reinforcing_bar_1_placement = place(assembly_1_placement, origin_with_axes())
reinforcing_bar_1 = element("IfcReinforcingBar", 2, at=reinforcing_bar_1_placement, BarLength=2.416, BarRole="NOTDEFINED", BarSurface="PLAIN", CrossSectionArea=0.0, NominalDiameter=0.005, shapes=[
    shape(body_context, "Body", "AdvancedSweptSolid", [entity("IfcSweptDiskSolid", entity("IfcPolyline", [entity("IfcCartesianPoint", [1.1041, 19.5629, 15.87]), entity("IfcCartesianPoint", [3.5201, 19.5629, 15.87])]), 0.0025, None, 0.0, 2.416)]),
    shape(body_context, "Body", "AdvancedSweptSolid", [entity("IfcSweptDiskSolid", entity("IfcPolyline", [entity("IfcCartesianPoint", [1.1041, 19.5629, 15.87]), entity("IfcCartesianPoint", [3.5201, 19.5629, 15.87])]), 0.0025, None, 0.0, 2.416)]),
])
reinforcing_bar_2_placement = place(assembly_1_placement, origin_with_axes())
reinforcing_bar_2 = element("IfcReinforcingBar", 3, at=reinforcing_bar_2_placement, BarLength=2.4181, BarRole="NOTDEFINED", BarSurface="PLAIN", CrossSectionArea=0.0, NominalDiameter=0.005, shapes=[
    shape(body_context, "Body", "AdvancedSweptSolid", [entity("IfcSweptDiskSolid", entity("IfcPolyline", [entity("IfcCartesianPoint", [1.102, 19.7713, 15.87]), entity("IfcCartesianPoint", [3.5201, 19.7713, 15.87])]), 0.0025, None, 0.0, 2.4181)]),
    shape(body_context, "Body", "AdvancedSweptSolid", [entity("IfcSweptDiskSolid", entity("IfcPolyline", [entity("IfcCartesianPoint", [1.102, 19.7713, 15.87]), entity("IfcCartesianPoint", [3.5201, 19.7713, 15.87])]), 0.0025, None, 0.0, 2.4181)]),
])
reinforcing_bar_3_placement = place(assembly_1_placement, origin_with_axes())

◆ Assignment ◆
Print the data again exactly.

◆ Output of the task ◆
reinforcing_bar_1_placement = place(assembly_1_placement, origin_with_axes())
reinforcing_bar_1 = element("IfcReinforcingBar", 2, at=reinforcing_bar_1_placement, BarLength=2.416, BarRole="NOTDEFINED", BarSurface="PLAIN", CrossSectionArea=0.0, NominalDiameter=0.005, shapes=[
    shape(body_context, "Body", "AdvancedSweptSolid", [entity("IfcSweptDiskSolid", entity("IfcPolyline", [entity("IfcCartesianPoint", [1.1041, 19.5629, 15.87]), entity("IfcCartesianPoint", [3.5201, 19.5629, 15.87])]), 0.0025, None, 0.0, 2.416)]),
    shape(body_context, "Body", "AdvancedSweptSolid", [entity("IfcSweptDiskSolid", entity("IfcPolyline", [entity("IfcCartesianPoint", [1.1041, 19.5629, 15.87]), entity("IfcCartesianPoint", [3.5201, 19.5629, 15.87])]), 0.0025, None, 0.0, 2.416)]),
])
reinforcing_bar_2_placement = place(assembly_1_placement, origin_with_axes())
reinforcing_bar_2 = element("IfcReinforcingBar", 3, at=reinforcing_bar_2_placement, BarLength=2.4181, BarRole="NOTDEFINED", BarSurface="PLAIN", CrossSectionArea=0.0, NominalDiameter=0.005, shapes=[
    shape(body_context, "Body", "AdvancedSweptSolid", [entity("IfcSweptDiskSolid", entity("IfcPolyline", [entity("IfcCartesianPoint", [1.102, 19.7713, 15.87]), entity("IfcCartesianPoint", [3.5201, 19.7713, 15.87])]), 0.0025, None, 0.0, 2.4181)]),
    shape(body_context, "Body", "AdvancedSweptSolid", [entity("IfcSweptDiskSolid", entity("IfcPolyline", [entity("IfcCartesianPoint", [1.102, 19.7713, 15.87]), entity("IfcCartesianPoint", [3.5201, 19.7713, 15.87])]), 0.0025, None, 0.0, 2.4181)]),
])
reinforcing_bar_3_placement = place(assembly_1_placement, origin_with_axes())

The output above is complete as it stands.